> [TASK DATA]:
● ● ● ● ● ● ●

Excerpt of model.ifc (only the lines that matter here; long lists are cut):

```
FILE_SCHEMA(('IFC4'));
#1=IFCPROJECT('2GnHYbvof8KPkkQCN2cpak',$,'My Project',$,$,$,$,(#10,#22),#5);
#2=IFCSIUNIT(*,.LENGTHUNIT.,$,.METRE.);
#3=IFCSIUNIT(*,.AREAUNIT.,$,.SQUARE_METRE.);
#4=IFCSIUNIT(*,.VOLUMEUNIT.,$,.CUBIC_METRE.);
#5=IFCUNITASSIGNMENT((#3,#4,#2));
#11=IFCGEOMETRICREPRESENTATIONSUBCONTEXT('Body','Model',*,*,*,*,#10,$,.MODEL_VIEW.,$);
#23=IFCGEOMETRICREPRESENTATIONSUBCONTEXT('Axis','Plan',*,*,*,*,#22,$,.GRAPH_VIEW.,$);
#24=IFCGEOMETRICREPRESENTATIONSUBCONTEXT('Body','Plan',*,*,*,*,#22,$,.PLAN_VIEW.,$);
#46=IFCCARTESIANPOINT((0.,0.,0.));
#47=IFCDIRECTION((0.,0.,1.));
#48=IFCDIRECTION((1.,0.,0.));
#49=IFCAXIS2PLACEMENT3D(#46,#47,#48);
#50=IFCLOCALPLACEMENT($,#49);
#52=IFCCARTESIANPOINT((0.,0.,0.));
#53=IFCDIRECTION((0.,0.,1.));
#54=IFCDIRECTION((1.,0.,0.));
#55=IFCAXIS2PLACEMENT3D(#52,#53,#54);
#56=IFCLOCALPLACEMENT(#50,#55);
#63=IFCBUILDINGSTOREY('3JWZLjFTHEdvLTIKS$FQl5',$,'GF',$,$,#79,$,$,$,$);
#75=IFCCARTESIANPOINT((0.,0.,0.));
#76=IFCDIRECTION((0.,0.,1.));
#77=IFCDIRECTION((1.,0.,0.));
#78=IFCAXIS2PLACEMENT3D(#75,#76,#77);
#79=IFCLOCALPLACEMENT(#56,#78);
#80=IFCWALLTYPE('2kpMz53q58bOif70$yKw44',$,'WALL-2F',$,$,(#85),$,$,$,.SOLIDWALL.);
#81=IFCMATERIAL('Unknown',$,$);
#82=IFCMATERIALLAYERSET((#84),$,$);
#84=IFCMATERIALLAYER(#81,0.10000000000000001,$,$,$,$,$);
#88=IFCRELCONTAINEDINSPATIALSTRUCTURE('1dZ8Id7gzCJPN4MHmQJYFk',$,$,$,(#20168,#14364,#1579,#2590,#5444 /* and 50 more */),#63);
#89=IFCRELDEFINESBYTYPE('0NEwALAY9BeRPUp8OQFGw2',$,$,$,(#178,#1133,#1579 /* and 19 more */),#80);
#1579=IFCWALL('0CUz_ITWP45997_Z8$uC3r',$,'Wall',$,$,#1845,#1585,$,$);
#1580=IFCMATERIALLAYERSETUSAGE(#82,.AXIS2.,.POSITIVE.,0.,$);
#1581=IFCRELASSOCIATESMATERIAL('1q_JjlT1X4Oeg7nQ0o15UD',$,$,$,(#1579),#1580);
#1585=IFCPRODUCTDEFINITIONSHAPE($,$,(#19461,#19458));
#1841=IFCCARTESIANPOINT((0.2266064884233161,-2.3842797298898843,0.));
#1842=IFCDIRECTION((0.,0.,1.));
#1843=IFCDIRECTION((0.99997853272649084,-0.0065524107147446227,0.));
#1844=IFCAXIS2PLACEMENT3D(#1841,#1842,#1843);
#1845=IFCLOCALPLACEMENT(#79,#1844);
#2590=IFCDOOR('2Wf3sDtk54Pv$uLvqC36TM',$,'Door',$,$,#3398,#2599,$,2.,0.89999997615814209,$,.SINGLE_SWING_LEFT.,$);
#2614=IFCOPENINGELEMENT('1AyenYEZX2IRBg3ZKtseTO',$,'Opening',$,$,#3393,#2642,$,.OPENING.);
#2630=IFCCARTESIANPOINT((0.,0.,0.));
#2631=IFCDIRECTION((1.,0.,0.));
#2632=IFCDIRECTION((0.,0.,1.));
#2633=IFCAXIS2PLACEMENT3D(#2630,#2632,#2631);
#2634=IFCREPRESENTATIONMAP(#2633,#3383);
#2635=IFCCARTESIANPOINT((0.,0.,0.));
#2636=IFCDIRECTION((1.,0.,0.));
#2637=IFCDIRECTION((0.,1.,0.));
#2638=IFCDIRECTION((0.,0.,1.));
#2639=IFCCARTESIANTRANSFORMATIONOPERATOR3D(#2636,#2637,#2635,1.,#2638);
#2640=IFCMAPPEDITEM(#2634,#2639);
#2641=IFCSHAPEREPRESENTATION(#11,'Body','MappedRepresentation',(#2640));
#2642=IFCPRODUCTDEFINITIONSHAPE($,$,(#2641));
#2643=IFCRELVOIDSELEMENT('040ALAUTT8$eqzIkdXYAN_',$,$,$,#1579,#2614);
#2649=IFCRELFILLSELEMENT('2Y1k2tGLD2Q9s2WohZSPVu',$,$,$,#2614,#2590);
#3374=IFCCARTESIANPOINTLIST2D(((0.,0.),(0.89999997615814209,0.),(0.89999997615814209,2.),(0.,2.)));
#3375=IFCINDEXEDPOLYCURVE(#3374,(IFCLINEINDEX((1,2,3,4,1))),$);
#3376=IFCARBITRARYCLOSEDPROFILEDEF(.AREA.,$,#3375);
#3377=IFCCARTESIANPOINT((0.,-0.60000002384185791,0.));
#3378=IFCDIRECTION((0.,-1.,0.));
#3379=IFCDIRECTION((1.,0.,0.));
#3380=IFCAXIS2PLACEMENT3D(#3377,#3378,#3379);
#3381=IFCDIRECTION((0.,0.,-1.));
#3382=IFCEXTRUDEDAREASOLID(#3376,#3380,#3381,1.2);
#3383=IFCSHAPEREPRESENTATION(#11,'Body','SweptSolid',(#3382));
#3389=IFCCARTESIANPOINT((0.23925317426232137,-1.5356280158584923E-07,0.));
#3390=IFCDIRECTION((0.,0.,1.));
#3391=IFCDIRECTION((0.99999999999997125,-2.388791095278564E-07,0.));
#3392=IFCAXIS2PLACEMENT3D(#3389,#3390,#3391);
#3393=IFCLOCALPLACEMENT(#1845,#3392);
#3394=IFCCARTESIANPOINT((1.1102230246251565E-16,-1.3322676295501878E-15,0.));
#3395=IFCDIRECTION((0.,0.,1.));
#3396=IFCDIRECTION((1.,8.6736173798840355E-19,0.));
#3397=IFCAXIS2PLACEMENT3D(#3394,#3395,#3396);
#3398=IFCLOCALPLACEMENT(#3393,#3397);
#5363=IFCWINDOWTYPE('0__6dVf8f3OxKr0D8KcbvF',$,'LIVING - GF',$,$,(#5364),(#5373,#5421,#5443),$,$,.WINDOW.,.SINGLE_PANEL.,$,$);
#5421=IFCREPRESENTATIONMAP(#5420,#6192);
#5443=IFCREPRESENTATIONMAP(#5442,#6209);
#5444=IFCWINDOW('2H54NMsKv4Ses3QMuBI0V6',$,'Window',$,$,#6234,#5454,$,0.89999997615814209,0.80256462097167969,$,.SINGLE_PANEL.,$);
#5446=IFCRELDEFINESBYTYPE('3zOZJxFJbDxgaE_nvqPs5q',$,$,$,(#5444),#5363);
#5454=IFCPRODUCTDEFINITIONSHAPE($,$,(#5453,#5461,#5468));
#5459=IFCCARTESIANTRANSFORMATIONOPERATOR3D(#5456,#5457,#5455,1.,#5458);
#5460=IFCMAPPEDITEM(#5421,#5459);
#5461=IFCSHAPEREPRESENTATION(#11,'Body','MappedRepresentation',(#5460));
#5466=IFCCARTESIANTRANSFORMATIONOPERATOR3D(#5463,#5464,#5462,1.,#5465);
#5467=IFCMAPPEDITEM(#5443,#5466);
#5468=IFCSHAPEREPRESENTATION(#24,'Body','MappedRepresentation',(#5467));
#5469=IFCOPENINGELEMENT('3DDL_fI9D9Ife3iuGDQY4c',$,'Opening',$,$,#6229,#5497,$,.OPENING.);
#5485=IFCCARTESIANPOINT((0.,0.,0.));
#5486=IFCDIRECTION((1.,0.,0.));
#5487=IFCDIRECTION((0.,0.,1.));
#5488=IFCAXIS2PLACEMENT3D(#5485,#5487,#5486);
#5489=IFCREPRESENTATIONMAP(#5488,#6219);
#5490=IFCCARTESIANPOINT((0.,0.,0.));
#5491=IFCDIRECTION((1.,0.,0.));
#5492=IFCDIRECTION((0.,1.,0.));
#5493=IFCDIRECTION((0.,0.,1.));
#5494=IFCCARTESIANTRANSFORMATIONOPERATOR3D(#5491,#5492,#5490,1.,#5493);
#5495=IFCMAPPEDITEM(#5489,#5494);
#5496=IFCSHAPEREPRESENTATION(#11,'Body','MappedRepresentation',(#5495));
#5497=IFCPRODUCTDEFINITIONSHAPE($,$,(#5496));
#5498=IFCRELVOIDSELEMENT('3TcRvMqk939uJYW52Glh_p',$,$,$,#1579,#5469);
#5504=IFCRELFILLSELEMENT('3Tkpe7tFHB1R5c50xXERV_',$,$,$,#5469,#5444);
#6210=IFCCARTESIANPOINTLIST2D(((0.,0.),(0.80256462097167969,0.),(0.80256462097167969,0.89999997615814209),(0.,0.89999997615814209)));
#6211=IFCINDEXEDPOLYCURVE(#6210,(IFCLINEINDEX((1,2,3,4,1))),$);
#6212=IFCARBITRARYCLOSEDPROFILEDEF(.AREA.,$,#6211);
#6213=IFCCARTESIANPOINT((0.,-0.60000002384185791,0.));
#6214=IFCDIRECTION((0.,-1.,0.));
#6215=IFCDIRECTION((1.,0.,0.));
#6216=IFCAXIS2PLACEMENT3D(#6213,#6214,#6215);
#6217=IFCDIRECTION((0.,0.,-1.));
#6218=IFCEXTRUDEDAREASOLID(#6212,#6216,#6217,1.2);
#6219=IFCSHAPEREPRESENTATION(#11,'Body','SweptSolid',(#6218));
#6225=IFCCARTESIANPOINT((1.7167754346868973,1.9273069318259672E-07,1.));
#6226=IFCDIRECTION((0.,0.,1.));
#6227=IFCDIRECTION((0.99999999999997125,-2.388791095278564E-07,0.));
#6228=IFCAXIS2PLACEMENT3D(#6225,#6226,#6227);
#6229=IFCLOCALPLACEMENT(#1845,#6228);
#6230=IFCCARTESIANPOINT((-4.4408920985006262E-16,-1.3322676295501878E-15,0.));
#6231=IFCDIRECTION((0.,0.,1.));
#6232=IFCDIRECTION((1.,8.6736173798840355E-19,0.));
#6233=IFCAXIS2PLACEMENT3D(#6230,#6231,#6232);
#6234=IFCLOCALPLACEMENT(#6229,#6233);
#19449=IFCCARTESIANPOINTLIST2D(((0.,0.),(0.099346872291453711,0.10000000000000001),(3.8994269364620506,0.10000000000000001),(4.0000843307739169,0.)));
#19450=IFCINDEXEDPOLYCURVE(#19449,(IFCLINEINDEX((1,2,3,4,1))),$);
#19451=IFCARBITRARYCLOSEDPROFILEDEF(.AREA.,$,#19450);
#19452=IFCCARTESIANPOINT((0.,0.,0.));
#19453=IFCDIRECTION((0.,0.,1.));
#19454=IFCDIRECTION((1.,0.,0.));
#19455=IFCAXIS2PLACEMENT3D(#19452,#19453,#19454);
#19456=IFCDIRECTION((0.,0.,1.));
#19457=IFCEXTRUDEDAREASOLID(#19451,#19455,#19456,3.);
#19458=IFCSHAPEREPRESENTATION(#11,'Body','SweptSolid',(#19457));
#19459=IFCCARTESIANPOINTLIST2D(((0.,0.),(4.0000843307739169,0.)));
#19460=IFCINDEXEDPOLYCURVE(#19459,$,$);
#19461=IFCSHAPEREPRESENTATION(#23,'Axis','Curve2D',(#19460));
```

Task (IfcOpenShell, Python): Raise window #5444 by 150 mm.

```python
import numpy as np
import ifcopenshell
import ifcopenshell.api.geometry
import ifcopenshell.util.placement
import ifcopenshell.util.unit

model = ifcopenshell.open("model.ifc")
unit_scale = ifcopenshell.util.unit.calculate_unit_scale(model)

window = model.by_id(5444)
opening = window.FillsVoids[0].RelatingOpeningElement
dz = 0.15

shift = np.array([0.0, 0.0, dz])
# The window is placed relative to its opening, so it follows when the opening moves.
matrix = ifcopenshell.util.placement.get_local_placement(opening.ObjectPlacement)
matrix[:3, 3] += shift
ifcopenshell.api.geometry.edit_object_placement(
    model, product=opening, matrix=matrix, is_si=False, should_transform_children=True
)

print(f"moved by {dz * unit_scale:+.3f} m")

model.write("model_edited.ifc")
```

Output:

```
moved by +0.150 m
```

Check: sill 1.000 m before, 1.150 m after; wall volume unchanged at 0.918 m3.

● ● ● ● ● ● ●

> [PROBLEM STATEMENT]: Where a line of the records contains the word "MappedRepresentation", copy that line.

> [COMPLETED TASK]:
#2641=IFCSHAPEREPRESENTATION(#11,'Body','MappedRepresentation',(#2640));
#5461=IFCSHAPEREPRESENTATION(#11,'Body','MappedRepresentation',(#5460));
#5468=IFCSHAPEREPRESENTATION(#24,'Body','MappedRepresentation',(#5467));
#5496=IFCSHAPEREPRESENTATION(#11,'Body','MappedRepresentation',(#5495));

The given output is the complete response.